It was a sunny, April day in 2007. I was 7 months pregnant with our third daughter, Lucy. Katie was 3, Julia was 18 months. Mom and Dad called me on speaker phone to confirm what we had been suspecting for years. The diagnosis was in fact, early on-set Alzheimer’s.
This crazy-amazing, crazy-painful thing happens when you become a parent. And I suspect it happens not just for those who become parents, but simply anyone who passes into the chamber of adulthood. (The two happened for my simultaneously. I gave birth to Katie at the wee age of 21. God bless her.) Through the lens of adulthood, through the lens of parenthood, we are able to more clearly see the stories of our very own parents. Therefore, a seemingly crystal-clear view of our own childhood. Crazy-amazing. Crazy-painful.
Just as I was beginning to get my feet under me as a mama, I desperately needed to walk back THROUGH my childhood, not AROUND my childhood with my mom. I had so many things to ask her, to apologize for (mainly for stealing all her sane brain cells) and honestly, I needed to express to her some wounds I had been carrying for far too long. And at the end of the day, I wanted to sit at her wise feet and ask, “How did you do it?!”
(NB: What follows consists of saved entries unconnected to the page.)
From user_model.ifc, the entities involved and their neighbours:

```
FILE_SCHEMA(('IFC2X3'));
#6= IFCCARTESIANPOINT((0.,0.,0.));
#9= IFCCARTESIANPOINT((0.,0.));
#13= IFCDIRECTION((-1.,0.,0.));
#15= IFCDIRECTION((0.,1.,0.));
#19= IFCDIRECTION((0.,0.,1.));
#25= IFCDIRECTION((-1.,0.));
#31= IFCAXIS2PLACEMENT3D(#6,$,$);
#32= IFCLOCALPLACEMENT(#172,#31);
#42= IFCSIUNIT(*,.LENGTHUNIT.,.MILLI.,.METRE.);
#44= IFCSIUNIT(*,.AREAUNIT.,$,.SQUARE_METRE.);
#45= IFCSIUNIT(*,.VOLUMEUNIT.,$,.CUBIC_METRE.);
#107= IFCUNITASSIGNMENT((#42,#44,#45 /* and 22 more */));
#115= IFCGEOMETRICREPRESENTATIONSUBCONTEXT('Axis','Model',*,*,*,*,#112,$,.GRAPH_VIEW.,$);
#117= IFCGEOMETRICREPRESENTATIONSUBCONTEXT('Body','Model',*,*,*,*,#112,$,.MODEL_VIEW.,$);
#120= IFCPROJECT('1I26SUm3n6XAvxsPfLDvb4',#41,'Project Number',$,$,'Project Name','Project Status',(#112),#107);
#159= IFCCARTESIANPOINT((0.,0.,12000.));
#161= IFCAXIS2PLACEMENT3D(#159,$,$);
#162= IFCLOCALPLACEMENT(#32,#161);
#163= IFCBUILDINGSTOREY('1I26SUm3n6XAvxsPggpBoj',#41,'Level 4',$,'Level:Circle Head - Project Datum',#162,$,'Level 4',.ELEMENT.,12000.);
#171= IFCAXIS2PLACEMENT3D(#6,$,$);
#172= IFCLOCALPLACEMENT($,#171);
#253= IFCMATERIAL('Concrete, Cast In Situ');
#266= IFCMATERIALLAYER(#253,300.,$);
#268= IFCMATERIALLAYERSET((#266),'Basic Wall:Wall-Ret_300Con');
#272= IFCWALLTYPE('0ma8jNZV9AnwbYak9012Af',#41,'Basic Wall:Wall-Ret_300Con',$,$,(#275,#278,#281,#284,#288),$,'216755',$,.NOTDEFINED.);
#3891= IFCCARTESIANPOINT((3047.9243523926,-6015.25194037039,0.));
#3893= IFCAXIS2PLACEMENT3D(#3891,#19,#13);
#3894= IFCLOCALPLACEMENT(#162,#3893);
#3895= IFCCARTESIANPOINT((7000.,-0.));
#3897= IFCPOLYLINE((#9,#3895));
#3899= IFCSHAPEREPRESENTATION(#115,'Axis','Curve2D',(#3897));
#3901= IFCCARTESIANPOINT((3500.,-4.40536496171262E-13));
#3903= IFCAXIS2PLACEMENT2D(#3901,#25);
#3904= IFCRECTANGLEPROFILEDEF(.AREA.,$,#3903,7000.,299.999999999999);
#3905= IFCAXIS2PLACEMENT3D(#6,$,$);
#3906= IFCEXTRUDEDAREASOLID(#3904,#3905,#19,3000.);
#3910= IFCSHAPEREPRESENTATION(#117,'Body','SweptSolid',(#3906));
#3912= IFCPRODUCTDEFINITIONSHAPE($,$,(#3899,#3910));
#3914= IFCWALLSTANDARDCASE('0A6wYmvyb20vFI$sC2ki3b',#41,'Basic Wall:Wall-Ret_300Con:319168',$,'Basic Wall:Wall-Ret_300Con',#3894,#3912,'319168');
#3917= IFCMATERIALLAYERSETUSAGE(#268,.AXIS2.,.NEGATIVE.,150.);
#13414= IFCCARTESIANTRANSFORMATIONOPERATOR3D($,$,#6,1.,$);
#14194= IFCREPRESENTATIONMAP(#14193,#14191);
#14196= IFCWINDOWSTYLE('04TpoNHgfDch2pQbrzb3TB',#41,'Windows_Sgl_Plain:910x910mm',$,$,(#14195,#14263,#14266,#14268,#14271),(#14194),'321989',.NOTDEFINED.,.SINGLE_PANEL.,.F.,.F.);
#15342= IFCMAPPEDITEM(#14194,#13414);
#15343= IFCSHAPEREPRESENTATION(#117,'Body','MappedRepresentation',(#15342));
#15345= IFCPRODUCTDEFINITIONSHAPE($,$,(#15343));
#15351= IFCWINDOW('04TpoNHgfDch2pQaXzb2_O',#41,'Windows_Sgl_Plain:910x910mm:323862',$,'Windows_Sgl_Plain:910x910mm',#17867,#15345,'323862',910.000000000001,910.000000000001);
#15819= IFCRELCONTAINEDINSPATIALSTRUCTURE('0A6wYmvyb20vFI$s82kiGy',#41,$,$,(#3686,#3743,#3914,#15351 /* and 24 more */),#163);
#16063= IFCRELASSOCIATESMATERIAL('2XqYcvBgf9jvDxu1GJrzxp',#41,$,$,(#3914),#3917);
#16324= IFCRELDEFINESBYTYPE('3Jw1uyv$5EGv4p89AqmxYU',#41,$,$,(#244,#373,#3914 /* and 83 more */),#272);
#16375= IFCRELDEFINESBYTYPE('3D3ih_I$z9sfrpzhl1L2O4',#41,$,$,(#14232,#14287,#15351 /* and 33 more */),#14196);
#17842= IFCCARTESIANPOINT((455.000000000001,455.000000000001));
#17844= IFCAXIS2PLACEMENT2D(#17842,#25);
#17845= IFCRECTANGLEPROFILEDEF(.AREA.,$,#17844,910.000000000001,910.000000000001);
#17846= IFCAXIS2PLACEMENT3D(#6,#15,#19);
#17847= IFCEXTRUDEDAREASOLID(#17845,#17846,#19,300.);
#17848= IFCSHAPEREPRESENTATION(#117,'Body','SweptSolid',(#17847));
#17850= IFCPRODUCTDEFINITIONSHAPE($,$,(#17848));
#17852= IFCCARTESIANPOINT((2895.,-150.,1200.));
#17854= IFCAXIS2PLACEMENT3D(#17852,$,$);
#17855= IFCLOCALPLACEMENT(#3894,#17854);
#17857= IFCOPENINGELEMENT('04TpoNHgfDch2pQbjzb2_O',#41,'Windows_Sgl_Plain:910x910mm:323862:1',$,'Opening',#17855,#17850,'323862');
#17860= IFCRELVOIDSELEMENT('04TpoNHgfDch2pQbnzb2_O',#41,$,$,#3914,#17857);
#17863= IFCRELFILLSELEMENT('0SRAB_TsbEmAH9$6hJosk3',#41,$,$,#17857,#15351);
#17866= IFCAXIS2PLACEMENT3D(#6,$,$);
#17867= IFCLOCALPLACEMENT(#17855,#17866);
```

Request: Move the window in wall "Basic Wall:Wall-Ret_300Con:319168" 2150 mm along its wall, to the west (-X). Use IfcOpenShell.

```python
import ifcopenshell
import ifcopenshell.api.geometry
import ifcopenshell.util.placement

model = ifcopenshell.open("user_model.ifc")

window = model.by_guid("04TpoNHgfDch2pQaXzb2_O")
opening = window.FillsVoids[0].RelatingOpeningElement
wall = opening.VoidsElements[0].RelatingBuildingElement

wall_matrix = ifcopenshell.util.placement.get_local_placement(wall.ObjectPlacement)
shift = wall_matrix[:3, 0] * 2150.0
before = ifcopenshell.util.placement.get_local_placement(window.ObjectPlacement)[:3, 3].copy()

# The window is placed relative to its opening, so it follows when the opening moves.
matrix = ifcopenshell.util.placement.get_local_placement(opening.ObjectPlacement)
matrix[:3, 3] += shift
ifcopenshell.api.geometry.edit_object_placement(
    model, product=opening, matrix=matrix, is_si=False, should_transform_children=True
)

after = ifcopenshell.util.placement.get_local_placement(window.ObjectPlacement)[:3, 3]
print("window moved by", (after - before).round(3) + 0.0)

model.write("user_model_rev.ifc")
```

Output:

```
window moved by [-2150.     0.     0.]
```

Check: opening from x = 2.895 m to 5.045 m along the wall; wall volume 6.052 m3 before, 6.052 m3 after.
Alzheimer’s does not always smile a friendly smile on rehashing the tricky road of hurt. Alzheimer’s steals the ability to navigate such bumpy waters and emerge healed. Bottom line, any of the complicated matters my heart needed to discuss with my mom, would only hurt her with an everlasting, earthly hurt. On this side of glory, she would never be able to emotionally heal and process from ANY critique or questioning. The disease held her mind in captivity.
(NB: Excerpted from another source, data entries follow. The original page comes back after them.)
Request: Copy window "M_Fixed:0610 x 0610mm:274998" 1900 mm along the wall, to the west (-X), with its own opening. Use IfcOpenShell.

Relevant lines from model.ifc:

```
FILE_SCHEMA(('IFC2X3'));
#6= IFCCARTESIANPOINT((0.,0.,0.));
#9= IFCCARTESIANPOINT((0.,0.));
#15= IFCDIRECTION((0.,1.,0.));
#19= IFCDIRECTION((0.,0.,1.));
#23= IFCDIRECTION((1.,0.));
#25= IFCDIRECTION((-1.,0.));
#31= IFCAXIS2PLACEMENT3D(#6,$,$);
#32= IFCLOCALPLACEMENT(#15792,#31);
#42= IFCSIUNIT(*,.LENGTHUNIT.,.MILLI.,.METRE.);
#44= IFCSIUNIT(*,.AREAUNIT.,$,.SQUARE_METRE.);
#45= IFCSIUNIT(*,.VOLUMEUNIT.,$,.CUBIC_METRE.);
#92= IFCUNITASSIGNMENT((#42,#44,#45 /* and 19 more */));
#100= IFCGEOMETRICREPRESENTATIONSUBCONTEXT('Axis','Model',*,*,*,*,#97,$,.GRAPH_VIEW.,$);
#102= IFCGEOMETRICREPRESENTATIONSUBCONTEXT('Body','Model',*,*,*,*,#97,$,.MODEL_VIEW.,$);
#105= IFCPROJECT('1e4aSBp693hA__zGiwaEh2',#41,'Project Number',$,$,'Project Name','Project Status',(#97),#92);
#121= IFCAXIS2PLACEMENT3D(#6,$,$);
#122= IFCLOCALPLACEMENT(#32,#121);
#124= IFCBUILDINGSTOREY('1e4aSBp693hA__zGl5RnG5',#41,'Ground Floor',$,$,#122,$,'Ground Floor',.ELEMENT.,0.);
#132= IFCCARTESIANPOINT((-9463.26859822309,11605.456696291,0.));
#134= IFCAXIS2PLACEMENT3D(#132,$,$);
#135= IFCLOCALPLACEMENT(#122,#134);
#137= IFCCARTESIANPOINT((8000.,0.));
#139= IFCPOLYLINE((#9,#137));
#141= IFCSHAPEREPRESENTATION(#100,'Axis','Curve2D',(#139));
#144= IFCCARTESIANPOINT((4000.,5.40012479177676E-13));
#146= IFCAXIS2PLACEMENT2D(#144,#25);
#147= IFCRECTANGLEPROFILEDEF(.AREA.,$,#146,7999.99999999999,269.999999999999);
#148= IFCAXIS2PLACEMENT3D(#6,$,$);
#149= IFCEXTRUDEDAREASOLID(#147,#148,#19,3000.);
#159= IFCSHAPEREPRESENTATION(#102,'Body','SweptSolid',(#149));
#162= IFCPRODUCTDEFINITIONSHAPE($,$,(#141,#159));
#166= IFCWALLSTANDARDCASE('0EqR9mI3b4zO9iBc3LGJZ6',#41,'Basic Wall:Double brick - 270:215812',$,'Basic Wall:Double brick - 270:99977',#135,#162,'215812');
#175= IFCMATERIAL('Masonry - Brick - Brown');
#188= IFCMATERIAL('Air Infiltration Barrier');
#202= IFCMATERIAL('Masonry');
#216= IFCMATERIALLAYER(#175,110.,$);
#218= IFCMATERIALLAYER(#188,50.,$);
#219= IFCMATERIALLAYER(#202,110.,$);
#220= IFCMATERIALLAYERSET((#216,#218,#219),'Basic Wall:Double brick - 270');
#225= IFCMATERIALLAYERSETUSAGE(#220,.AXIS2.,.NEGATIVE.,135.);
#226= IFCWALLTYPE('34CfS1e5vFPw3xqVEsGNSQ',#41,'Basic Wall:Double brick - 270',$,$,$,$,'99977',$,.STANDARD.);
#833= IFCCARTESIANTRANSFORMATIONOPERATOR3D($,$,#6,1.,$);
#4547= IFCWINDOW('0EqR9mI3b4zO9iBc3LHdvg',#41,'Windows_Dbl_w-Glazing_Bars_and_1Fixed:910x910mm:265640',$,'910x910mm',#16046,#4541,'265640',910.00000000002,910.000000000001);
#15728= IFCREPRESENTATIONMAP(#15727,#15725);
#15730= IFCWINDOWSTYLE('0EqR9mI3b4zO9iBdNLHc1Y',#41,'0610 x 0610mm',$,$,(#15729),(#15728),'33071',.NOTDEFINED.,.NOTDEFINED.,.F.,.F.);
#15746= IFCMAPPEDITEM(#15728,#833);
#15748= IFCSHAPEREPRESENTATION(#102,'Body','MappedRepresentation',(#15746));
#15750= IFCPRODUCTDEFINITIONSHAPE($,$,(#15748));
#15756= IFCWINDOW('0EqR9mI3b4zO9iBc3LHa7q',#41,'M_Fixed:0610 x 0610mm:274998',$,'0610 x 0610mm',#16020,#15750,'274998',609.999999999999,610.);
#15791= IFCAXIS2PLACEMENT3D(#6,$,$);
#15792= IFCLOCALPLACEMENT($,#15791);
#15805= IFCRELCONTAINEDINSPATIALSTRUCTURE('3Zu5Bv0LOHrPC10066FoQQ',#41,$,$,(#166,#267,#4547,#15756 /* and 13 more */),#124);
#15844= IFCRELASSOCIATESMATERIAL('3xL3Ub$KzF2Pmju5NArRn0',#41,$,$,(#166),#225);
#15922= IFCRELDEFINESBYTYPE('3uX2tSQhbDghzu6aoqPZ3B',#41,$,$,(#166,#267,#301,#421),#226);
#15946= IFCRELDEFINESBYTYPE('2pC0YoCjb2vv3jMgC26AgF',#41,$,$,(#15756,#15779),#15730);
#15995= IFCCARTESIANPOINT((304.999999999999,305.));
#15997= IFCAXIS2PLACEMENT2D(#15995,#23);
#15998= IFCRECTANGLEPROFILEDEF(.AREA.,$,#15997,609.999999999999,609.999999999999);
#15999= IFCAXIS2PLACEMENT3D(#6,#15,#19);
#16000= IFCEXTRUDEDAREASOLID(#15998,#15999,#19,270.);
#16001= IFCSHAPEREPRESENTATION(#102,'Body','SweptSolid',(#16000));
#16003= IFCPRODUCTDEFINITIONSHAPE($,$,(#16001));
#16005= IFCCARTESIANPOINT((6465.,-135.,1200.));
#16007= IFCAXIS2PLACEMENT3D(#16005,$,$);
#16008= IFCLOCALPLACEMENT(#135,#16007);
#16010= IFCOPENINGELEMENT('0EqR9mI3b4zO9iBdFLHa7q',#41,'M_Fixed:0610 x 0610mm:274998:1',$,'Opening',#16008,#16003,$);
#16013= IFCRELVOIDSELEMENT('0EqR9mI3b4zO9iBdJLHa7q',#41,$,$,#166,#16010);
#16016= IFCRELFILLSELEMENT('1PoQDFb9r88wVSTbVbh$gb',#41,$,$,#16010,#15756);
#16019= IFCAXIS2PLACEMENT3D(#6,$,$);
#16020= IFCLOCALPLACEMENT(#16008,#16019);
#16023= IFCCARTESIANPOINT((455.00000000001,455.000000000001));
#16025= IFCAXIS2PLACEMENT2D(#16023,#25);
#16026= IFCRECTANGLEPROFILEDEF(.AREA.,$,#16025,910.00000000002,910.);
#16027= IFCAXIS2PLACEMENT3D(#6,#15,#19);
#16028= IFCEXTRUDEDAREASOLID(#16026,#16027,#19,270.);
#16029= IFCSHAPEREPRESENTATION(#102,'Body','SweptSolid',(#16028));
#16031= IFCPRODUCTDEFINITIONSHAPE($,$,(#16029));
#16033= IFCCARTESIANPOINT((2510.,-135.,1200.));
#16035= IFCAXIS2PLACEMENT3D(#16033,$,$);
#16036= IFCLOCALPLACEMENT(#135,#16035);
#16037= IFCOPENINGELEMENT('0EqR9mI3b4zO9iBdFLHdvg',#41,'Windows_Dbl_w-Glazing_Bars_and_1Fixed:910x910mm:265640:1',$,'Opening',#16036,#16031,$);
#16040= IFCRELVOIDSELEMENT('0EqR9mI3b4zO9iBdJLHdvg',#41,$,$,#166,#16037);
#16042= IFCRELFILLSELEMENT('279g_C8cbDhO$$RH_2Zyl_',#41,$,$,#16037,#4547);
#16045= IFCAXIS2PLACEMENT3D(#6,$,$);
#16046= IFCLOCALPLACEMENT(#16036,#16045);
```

```python
import ifcopenshell
import ifcopenshell.api.feature
import ifcopenshell.api.geometry
import ifcopenshell.api.root
import ifcopenshell.geom
import ifcopenshell.util.element
import ifcopenshell.util.placement
import ifcopenshell.util.shape
import ifcopenshell.util.unit

model = ifcopenshell.open("model.ifc")
unit_scale = ifcopenshell.util.unit.calculate_unit_scale(model)
settings = ifcopenshell.geom.settings()


def volume(element):
    """Net volume in cubic metres, openings subtracted."""
    shape = ifcopenshell.geom.create_shape(settings, element)
    return ifcopenshell.util.shape.get_volume(shape.geometry)


def reuse_history(source, copy):
    """copy_class also copies each property set's owner history, people and application; keep the originals."""
    for rel in copy.IsDefinedBy:
        if rel.is_a("IfcRelDefinesByProperties") and (history := rel.RelatingPropertyDefinition.OwnerHistory):
            rel.RelatingPropertyDefinition.OwnerHistory = source.OwnerHistory
            ifcopenshell.util.element.remove_deep2(model, history)


window = model.by_guid("0EqR9mI3b4zO9iBc3LHa7q")
opening = window.FillsVoids[0].RelatingOpeningElement
wall = opening.VoidsElements[0].RelatingBuildingElement
before = volume(wall)
shift = ifcopenshell.util.placement.get_local_placement(wall.ObjectPlacement)[:3, 0] * -1.9 / unit_scale

# copy_class copies the void relationship, type, container and properties, but no geometry.
new_opening = ifcopenshell.api.root.copy_class(model, product=opening)
new_opening.Representation = ifcopenshell.util.element.copy_deep(
    model, opening.Representation, exclude=["IfcGeometricRepresentationContext", "IfcRepresentationMap"]
)
new_opening.Name = "M_Fixed:0610 x 0610mm"
new_window = ifcopenshell.api.root.copy_class(model, product=window)
new_window.Representation = ifcopenshell.util.element.copy_deep(
    model, window.Representation, exclude=["IfcGeometricRepresentationContext", "IfcRepresentationMap"]
)
new_window.Name = "M_Fixed:0610 x 0610mm"
new_window.Tag = None
reuse_history(window, new_window)
fills = ifcopenshell.api.feature.add_filling(model, opening=new_opening, element=new_window)
fills.OwnerHistory = new_window.OwnerHistory  # required in IFC2X3

for old, new in ((opening, new_opening), (window, new_window)):
    matrix = ifcopenshell.util.placement.get_local_placement(old.ObjectPlacement)
    matrix[:3, 3] += shift
    ifcopenshell.api.geometry.edit_object_placement(model, product=new, matrix=matrix, is_si=False)

after = volume(wall)

print(f"wall volume {before:.3f} -> {after:.3f} m3")

model.write("model_v2.ifc")
```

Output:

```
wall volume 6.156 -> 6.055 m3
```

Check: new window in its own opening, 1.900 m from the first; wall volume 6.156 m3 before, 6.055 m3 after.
And so as an individual soul, whatever frustrations I had, whatever cracks I needed her balm to heal, I had to find that peace and forgiveness by never uttering a word to her, but by transforming those wounds into energy to serve her and love her well until her very.last.breath.
As a daughter who now stands on this side of losing a parent, from a place of much humility and tender thought, I have some advice for parents with grown children, and for grown children with parents.
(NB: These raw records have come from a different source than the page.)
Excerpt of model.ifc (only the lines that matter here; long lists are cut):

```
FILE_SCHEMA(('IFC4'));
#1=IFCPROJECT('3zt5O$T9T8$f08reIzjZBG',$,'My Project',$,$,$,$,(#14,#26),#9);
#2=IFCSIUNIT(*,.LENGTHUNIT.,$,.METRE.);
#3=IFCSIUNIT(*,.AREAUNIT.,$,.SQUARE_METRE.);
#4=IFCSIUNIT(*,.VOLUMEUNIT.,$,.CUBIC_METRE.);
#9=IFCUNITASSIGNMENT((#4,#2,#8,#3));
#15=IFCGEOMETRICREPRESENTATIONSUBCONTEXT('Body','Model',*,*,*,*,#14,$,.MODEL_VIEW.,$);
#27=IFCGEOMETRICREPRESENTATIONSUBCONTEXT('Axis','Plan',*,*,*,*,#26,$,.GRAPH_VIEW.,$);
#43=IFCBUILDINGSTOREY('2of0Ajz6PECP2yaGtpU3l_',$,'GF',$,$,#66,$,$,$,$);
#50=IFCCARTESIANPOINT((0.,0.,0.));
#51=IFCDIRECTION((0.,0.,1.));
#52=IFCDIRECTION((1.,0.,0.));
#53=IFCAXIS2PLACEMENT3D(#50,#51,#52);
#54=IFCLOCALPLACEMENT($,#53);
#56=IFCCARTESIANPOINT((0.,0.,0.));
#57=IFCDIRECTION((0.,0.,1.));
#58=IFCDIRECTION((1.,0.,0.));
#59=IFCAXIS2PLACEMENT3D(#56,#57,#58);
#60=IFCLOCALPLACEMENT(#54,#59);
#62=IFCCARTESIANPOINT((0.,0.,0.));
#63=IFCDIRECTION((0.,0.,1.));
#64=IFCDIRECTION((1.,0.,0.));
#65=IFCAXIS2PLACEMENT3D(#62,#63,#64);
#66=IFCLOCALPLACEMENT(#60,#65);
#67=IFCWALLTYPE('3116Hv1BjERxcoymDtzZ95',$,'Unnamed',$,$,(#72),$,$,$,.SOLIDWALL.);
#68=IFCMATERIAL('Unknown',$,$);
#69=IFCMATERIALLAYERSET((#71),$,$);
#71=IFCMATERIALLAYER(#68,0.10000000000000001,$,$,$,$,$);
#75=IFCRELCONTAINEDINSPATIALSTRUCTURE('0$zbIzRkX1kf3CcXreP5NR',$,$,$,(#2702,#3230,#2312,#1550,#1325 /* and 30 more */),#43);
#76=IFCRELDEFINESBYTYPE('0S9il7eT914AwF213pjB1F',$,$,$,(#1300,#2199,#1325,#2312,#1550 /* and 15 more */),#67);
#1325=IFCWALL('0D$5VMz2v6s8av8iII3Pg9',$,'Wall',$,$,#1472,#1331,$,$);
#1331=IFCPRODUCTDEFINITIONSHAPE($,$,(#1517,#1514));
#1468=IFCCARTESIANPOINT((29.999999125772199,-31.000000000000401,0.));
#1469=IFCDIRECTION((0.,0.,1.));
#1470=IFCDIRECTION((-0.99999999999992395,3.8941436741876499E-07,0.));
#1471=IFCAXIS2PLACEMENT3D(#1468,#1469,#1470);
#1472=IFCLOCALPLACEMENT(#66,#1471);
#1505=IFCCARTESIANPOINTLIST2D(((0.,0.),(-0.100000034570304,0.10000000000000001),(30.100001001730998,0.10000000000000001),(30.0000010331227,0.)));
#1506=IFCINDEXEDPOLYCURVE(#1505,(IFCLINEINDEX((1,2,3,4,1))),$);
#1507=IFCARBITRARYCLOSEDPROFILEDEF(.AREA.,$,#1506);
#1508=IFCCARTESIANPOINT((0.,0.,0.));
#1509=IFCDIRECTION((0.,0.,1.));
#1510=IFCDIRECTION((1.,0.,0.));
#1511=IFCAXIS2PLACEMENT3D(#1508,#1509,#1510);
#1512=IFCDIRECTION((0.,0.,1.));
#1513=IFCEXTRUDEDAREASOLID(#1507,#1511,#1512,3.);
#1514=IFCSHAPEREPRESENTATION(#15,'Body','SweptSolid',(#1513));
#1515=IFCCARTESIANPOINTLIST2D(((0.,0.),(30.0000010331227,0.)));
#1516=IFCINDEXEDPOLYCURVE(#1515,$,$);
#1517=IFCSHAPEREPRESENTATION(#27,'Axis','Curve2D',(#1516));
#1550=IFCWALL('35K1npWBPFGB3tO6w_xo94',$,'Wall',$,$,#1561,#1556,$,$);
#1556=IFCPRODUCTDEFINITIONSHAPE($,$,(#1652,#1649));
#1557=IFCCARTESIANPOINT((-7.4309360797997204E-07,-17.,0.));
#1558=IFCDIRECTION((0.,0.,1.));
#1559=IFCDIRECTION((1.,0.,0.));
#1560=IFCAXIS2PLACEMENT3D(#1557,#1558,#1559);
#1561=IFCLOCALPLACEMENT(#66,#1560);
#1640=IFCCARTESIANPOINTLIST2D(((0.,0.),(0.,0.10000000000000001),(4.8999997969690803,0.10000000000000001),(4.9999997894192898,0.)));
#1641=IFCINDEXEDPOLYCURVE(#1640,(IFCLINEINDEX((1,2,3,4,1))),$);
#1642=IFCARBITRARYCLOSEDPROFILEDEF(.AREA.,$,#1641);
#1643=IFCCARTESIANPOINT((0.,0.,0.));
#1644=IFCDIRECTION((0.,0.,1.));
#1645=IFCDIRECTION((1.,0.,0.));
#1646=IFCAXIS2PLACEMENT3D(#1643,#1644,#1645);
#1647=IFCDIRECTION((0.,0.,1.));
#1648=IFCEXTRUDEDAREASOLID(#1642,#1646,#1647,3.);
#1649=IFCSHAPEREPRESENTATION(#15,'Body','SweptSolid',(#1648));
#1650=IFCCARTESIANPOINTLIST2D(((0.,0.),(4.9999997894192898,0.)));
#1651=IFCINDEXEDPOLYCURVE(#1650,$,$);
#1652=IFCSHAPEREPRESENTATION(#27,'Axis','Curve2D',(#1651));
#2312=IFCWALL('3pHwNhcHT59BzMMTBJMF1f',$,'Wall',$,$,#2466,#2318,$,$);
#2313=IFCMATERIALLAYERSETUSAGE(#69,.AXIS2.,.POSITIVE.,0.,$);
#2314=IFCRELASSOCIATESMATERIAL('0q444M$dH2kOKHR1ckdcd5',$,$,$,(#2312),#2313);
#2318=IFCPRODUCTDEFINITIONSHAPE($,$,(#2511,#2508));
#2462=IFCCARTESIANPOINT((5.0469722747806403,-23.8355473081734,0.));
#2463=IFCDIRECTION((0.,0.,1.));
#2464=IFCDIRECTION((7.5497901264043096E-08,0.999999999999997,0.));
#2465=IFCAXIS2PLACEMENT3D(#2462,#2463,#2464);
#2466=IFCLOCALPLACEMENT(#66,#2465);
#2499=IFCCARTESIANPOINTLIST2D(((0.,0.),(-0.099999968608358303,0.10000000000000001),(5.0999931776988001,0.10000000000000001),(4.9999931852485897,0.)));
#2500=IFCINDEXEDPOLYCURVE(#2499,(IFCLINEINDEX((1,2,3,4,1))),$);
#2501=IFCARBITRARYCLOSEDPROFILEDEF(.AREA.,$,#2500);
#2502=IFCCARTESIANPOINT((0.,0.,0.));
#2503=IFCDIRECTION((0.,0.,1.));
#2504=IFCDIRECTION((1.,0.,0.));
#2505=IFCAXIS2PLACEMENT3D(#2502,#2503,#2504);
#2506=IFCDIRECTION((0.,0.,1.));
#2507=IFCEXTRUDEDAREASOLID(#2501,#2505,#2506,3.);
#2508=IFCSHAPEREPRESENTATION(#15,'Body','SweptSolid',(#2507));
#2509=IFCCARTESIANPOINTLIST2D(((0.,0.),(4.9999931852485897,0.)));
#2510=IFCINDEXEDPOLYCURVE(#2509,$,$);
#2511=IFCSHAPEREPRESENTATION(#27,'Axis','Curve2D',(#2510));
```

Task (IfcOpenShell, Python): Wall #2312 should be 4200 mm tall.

```python
import ifcopenshell
import ifcopenshell.geom
import ifcopenshell.util.representation
import ifcopenshell.util.shape
import ifcopenshell.util.unit

model = ifcopenshell.open("model.ifc")
unit_scale = ifcopenshell.util.unit.calculate_unit_scale(model)
settings = ifcopenshell.geom.settings()


def volume(element):
    """Net volume in cubic metres, openings subtracted."""
    shape = ifcopenshell.geom.create_shape(settings, element)
    return ifcopenshell.util.shape.get_volume(shape.geometry)


wall = model.by_guid("3pHwNhcHT59BzMMTBJMF1f")
before = volume(wall)

body = ifcopenshell.util.representation.get_representation(wall, "Model", "Body")
solid = body.Items[0]
old_height = solid.Depth
solid.Depth = 4.2 / unit_scale
after = volume(wall)

print(f"height {old_height:g} -> {solid.Depth:g}, volume {before:.3f} -> {after:.3f} m3")

model.write("model_updated.ifc")
```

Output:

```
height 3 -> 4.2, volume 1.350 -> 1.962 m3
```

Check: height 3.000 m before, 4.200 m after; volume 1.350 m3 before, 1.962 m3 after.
Parents of Grown Children,
We need you say 3 things to us before you die. And we might need you to say them to us more than once.
I am 12 years in to this parenting gig, and I am overwhelmed at the number of times I have ALREADY wounded my children’s hearts. It is VERY sobering to realize that the decisions I am making on their behalf, decisions I have ALREADY made on their behalf, will live on in them forever.
Parents, say you are sorry.
Grown Children, forgive your parents before they ask for it.
It is healthy and good to walk through our childhood. It is good to name the things our parents did well and pass them on to the next generation. It is also healing to name the things that they got wrong, process it deeply and purely; grow from it, heal from it, but you MUST NOT camp there.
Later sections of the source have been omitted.